South Korea’s Second-Richest Man Adds $2.2 Billion To His Wealth While Battling The Coronavirus Pandemic

South Korea’s Second-Richest Man Adds $2.2 Billion To His Wealth While Battling The Coronavirus Pandemic

Optimism that new testing kits and treatments developed by Celltrion can help to bring the coronavirus pandemic under control is boosting the wealth of the company’s 62-year-old founder Seo Jung-jin.

The self-made South Korean entrepreneur has seen his net worth rise to $8.3 billion, up $2.2 billion since Forbes calculated the fortunes of the World’s Billionaires on March 18, as shares of his biotech company soared 37.6% since then.

Investors are hopeful Celltrion can meet its timetable for developing an effective treatment for the pandemic that has infected more than 2 million people globally and sparked the worst recession since the 1930s Great Depression.

“Given the expedited development process of our antiviral antibody treatment, we anticipate moving to first-in-human clinical trials in July,” Celltrion’s head of research and development, Kwon Ki-sung, said on Monday.

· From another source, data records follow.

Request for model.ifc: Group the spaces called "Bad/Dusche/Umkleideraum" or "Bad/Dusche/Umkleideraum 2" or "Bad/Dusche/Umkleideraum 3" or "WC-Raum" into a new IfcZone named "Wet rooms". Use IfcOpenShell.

First a look at what the model holds.

```python
import ifcopenshell

model = ifcopenshell.open("model.ifc")
print(model.schema)
seen = {}
for space in model.by_type("IfcSpace"):
    seen[space.Name] = seen.get(space.Name, 0) + 1
for name, count in sorted(seen.items(), key=str):
    print(count, "x", name)
print("zones:", [z.Name for z in model.by_type("IfcZone")][:20])
```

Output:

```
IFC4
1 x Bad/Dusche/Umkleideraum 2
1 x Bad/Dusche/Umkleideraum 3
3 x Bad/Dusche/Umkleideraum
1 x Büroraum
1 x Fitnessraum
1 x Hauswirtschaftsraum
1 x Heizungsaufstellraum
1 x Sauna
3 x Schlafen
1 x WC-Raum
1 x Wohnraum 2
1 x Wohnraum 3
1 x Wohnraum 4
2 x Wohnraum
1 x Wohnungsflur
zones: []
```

```python
import ifcopenshell
import ifcopenshell.api.group
import ifcopenshell.api.root

model = ifcopenshell.open("model.ifc")

names = {"Bad/Dusche/Umkleideraum", "Bad/Dusche/Umkleideraum 2", "Bad/Dusche/Umkleideraum 3", "WC-Raum"}
spaces = [s for s in model.by_type("IfcSpace") if s.Name in names]

zone = ifcopenshell.api.root.create_entity(model, ifc_class="IfcZone", name="Wet rooms")
ifcopenshell.api.group.assign_group(model, products=spaces, group=zone)
print(len(spaces), "spaces in", zone.Name)

model.write("model_v2.ifc")
```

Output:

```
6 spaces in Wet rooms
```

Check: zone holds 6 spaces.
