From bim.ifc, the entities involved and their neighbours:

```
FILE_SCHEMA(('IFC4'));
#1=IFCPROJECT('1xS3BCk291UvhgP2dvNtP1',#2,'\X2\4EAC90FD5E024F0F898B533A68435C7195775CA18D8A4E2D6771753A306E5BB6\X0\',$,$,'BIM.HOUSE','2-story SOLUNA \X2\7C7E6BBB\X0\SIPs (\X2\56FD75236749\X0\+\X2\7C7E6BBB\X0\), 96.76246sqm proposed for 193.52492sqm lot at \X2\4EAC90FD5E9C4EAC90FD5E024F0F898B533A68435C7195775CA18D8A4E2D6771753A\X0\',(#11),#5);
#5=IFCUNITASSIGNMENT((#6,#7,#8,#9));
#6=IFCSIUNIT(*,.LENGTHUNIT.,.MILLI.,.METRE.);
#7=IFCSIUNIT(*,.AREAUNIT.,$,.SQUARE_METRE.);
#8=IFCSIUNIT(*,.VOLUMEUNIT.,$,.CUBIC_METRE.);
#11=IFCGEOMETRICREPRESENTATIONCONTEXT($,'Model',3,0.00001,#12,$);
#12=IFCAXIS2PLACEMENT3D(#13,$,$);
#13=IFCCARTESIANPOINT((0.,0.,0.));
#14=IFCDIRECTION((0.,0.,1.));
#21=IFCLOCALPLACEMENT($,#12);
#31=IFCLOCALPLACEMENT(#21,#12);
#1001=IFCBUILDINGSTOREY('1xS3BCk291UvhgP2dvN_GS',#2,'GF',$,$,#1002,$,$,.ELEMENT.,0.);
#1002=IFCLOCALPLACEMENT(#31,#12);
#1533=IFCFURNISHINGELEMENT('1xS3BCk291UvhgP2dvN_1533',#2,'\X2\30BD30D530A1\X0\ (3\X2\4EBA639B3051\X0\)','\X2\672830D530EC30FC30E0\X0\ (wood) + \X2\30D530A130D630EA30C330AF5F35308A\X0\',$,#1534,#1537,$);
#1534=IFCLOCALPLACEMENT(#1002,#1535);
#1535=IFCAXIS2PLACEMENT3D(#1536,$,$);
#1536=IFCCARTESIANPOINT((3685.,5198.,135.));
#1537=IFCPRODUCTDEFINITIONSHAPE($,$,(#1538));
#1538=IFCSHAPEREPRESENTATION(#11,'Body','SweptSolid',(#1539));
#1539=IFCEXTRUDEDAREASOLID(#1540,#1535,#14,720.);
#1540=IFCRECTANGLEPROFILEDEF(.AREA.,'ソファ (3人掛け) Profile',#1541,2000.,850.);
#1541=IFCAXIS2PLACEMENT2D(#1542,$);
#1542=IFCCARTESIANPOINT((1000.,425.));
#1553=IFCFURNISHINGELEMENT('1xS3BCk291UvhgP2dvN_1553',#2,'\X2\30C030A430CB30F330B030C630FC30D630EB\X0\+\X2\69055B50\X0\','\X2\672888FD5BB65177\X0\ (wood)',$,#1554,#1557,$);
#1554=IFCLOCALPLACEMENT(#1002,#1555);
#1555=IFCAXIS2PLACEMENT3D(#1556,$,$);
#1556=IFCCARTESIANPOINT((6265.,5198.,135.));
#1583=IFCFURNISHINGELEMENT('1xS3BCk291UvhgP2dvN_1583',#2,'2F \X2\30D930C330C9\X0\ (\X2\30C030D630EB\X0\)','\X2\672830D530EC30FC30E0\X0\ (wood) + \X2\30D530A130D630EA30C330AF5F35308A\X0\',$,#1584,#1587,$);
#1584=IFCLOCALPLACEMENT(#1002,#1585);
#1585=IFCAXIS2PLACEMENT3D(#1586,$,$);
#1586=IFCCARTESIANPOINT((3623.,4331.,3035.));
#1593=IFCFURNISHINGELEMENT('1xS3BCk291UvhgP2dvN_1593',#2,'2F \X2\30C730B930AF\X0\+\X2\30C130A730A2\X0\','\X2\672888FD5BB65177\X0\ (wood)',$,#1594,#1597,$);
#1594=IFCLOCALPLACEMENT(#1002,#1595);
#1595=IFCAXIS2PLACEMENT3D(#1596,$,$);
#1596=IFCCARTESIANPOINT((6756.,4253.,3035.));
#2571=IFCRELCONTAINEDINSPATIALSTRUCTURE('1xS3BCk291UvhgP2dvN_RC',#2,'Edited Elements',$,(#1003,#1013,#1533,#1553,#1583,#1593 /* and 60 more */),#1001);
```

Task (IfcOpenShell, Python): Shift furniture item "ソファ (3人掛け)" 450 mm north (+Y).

```python
import ifcopenshell
import ifcopenshell.api.geometry
import ifcopenshell.util.placement
import ifcopenshell.util.unit

model = ifcopenshell.open("bim.ifc")
unit_scale = ifcopenshell.util.unit.calculate_unit_scale(model)

item = model.by_guid("1xS3BCk291UvhgP2dvN_1533")
matrix = ifcopenshell.util.placement.get_local_placement(item.ObjectPlacement)
matrix[1, 3] += 0.45 / unit_scale
ifcopenshell.api.geometry.edit_object_placement(model, product=item, matrix=matrix, is_si=False)

print(ifcopenshell.util.placement.get_local_placement(item.ObjectPlacement).round(3) + 0.0)

model.write("bim-out.ifc")
```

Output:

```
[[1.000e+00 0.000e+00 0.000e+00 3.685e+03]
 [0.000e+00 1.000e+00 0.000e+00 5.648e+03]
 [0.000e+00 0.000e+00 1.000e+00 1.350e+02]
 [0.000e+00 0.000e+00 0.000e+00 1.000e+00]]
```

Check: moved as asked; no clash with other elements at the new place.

“We are also on track with the development of a ‘super antibody’ or ‘an antibody cocktail’ and the launch of a rapid self-testing diagnostic kit in the summer of this year,” added Kwon. Celltrion’s testing kits are said to be able to provide results within 15 to 20 minutes.

Celltrion specializes in biosimilars, which are cheaper copies of off-patent biotech drugs, but the company has recently shifted its focus to help battle the coronavirus pandemic.

South Korea has been among the hardest hit by the coronavirus in Asia, with 10,591 confirmed COVID-19 cases and 225 deaths as of Wednesday. But the country managed to contain the coronavirus and flatten the curve without shutting down its economy, thanks in large part to widespread testing.

Through a partnership with the South Korean Ministry of Health and Welfare’s Korea Centers for Disease Control and Prevention, Celltrion said it has selected 14 “powerful neutralizing antibodies against SARS-CoV-2” from an initial list of 300 types of antibodies. After Celltrion grows the antibody candidates, it will roll out mass production and conduct tests.

Celltrion reported 2019 sales of $968 million, a 14.9% increase from the previous year.

An industrial engineer by training, Seo first worked at Samsung Electro-Mechanics, an electronic parts maker of the Samsung conglomerate, in the 1980s. He later became a senior executive at South Korean carmaker Daewoo Motor, but left the company in 1999 during the Asian financial crisis; Daewoo eventually went bankrupt in 2000, which was then the world’s largest bankruptcy.

“My mother-in-law called me, asking what I would do to make money,” he recalled to Forbes in 2009. “I was sick and tired of her nagging, so I decided to do something myself.” Together with former Daewoo colleagues, Seo started Celltrion in 2002 and is now the second-richest man in South Korea.

The Incheon-based company went public in 2008 through a backdoor listing of Kosdaq-listed Orchem. In 2018, Celltrion transferred to the main Kospi board, where its market cap has grown to its current level of 27.7 trillion won (about $22.8 billion).

To be sure, Celltrion is not the only biotech company in South Korea working to combat the coronavirus. Biosimilar rival Samsung BioLogics, part of the Samsung conglomerate, announced on April 10 that it is partnering with Nasdaq-listed Vir Biotechnology in a $362 million deal to manufacture the U.S. drugmaker’s coronavirus treatments. Vir will begin its second phase of clinical trial within the next three to five months and Samsung Biologics expects to start commercial manufacturing of the treatments next year.

Shares of Kospi-listed Samsung Biologics jumped 16.8% on the Vir deal. Since March 18, its shares are up 35.3% as of Wednesday. The fortune of Samsung Group chairman Lee Kun-hee rose $1.7 billion to $15.8 billion, making him the wealthiest person in South Korea.